Take the lines from the beginning of the data below through the line holding "#7=IFCDIRECTION((1.,0.));" and return exactly those.

※

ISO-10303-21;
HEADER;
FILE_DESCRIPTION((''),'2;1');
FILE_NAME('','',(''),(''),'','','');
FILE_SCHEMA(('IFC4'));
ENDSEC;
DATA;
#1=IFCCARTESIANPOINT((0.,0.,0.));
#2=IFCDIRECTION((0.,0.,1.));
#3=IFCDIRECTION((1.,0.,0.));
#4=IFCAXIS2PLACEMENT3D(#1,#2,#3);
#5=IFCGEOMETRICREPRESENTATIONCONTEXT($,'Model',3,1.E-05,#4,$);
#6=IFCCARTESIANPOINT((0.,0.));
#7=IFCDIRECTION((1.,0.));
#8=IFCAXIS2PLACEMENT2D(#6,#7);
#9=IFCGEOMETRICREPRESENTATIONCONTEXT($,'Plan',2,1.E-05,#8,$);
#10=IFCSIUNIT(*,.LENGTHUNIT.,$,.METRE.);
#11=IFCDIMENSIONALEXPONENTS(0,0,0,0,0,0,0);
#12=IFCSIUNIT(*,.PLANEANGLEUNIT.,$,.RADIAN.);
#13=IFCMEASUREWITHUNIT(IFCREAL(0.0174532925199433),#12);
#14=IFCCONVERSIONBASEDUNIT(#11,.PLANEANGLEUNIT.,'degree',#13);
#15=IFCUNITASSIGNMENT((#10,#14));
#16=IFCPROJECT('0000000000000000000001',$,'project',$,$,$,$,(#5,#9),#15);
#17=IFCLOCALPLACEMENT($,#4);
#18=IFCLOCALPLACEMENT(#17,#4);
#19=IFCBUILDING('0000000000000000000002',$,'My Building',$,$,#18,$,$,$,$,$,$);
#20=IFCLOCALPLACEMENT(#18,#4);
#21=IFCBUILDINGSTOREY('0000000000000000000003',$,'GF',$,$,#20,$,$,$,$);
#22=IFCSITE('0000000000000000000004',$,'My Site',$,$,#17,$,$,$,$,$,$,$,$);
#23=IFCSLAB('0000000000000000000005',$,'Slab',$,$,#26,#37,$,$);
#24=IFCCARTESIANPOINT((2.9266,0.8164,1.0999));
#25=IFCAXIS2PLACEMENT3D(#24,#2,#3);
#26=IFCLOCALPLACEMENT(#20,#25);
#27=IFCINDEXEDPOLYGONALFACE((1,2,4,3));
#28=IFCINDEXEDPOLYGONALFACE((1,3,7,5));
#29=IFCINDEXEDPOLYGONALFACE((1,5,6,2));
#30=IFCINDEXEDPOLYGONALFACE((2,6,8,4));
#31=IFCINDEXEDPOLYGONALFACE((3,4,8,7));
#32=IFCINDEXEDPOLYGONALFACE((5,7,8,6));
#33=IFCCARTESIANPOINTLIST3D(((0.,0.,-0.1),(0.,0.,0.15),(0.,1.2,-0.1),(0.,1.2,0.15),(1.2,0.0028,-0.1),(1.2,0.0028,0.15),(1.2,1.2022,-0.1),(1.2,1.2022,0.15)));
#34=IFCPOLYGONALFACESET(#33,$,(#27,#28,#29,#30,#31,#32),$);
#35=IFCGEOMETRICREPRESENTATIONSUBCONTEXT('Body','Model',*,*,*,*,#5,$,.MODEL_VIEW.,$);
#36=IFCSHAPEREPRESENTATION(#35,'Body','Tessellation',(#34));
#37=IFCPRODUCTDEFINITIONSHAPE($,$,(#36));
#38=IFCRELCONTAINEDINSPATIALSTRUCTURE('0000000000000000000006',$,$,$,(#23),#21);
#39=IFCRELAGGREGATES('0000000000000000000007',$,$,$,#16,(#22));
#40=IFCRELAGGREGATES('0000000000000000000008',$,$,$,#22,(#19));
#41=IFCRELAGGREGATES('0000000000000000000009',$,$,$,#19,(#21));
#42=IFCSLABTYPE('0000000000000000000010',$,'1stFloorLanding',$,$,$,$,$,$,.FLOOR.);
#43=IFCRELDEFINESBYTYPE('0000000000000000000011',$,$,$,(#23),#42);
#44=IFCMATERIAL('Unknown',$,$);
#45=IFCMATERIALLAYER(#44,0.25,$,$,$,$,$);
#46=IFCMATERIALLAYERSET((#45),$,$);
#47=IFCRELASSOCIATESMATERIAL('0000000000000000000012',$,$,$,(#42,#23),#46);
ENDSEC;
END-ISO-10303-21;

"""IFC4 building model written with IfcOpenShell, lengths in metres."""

from ifc_helpers import new_model, entity, si_unit, converted_unit, frame, origin_with_axes, origin_2d_with_axis, place, context, subcontext, project, spatial, indexed_curve, outline, extrude, material, layer, layer_set, layer_usage, type_object, element, save


model = new_model("IFC4")

# Units and contexts
model_context = context("Model", 3, precision=1e-05, world=origin_with_axes())
plan_context = context("Plan", 2, precision=1e-05, world=origin_2d_with_axis())
body_context_1 = subcontext(model_context, "Body", "Model", "MODEL_VIEW")
ifc_project = project(units=[si_unit("LENGTHUNIT", "METRE"), converted_unit("PLANEANGLEUNIT", "degree", entity("IfcReal", 0.0174532925199433), si_unit("PLANEANGLEUNIT", "RADIAN"), dimensions=[0, 0, 0, 0, 0, 0, 0])], contexts=[model_context, plan_context])

# Site, building, storey
site_placement = place(None, origin_with_axes())
site = spatial("IfcSite", under=ifc_project, at=site_placement, Name="My Site")
building_placement = place(site_placement, origin_with_axes())
building = spatial("IfcBuilding", under=site, at=building_placement, Name="My Building")
storey_placement = place(building_placement, origin_with_axes())
storey = spatial("IfcBuildingStorey", under=building, at=storey_placement, Name="GF")

# Slab
ifc_material = material(Name="Unknown")
ifc_layer_1 = layer(ifc_material, 0.25)
ifc_layer_set_1 = layer_set([ifc_layer_1])
ifc_layer_usage_1 = layer_usage(ifc_layer_set_1, "AXIS3", "POSITIVE", -0.1)
slab_type_1 = type_object("IfcSlabType", Name="1stFloorLanding", PredefinedType="FLOOR", material=ifc_layer_set_1)
slab_1_placement = place(storey_placement, frame((2.9266, 0.8164, 1.0999), z_axis=(0.0, 0.0, 1.0), x_axis=(1.0, 0.0, 0.0)))
element("IfcSlab", 1, at=slab_1_placement, inside=storey, type_object=slab_type_1, material=ifc_layer_usage_1, Name="Slab", context=body_context_1, shape_type="SweptSolid", body=[
    extrude(outline(indexed_curve([(0.0, 0.0), (0.0, 1.2), (1.2, 1.2022), (1.2, 0.0028), (0.0, 0.0)])), frame((0.0, 0.0, -0.1), z_axis=(0.0, 0.0, 1.0), x_axis=(1.0, 0.0, 0.0)), (0.0, 0.0, 1.0), 0.25),
])

save(model, "model.ifc")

※

*Solution for this exercise*:
ISO-10303-21;
HEADER;
FILE_DESCRIPTION((''),'2;1');
FILE_NAME('','',(''),(''),'','','');
FILE_SCHEMA(('IFC4'));
ENDSEC;
DATA;
#1=IFCCARTESIANPOINT((0.,0.,0.));
#2=IFCDIRECTION((0.,0.,1.));
#3=IFCDIRECTION((1.,0.,0.));
#4=IFCAXIS2PLACEMENT3D(#1,#2,#3);
#5=IFCGEOMETRICREPRESENTATIONCONTEXT($,'Model',3,1.E-05,#4,$);
#6=IFCCARTESIANPOINT((0.,0.));
#7=IFCDIRECTION((1.,0.));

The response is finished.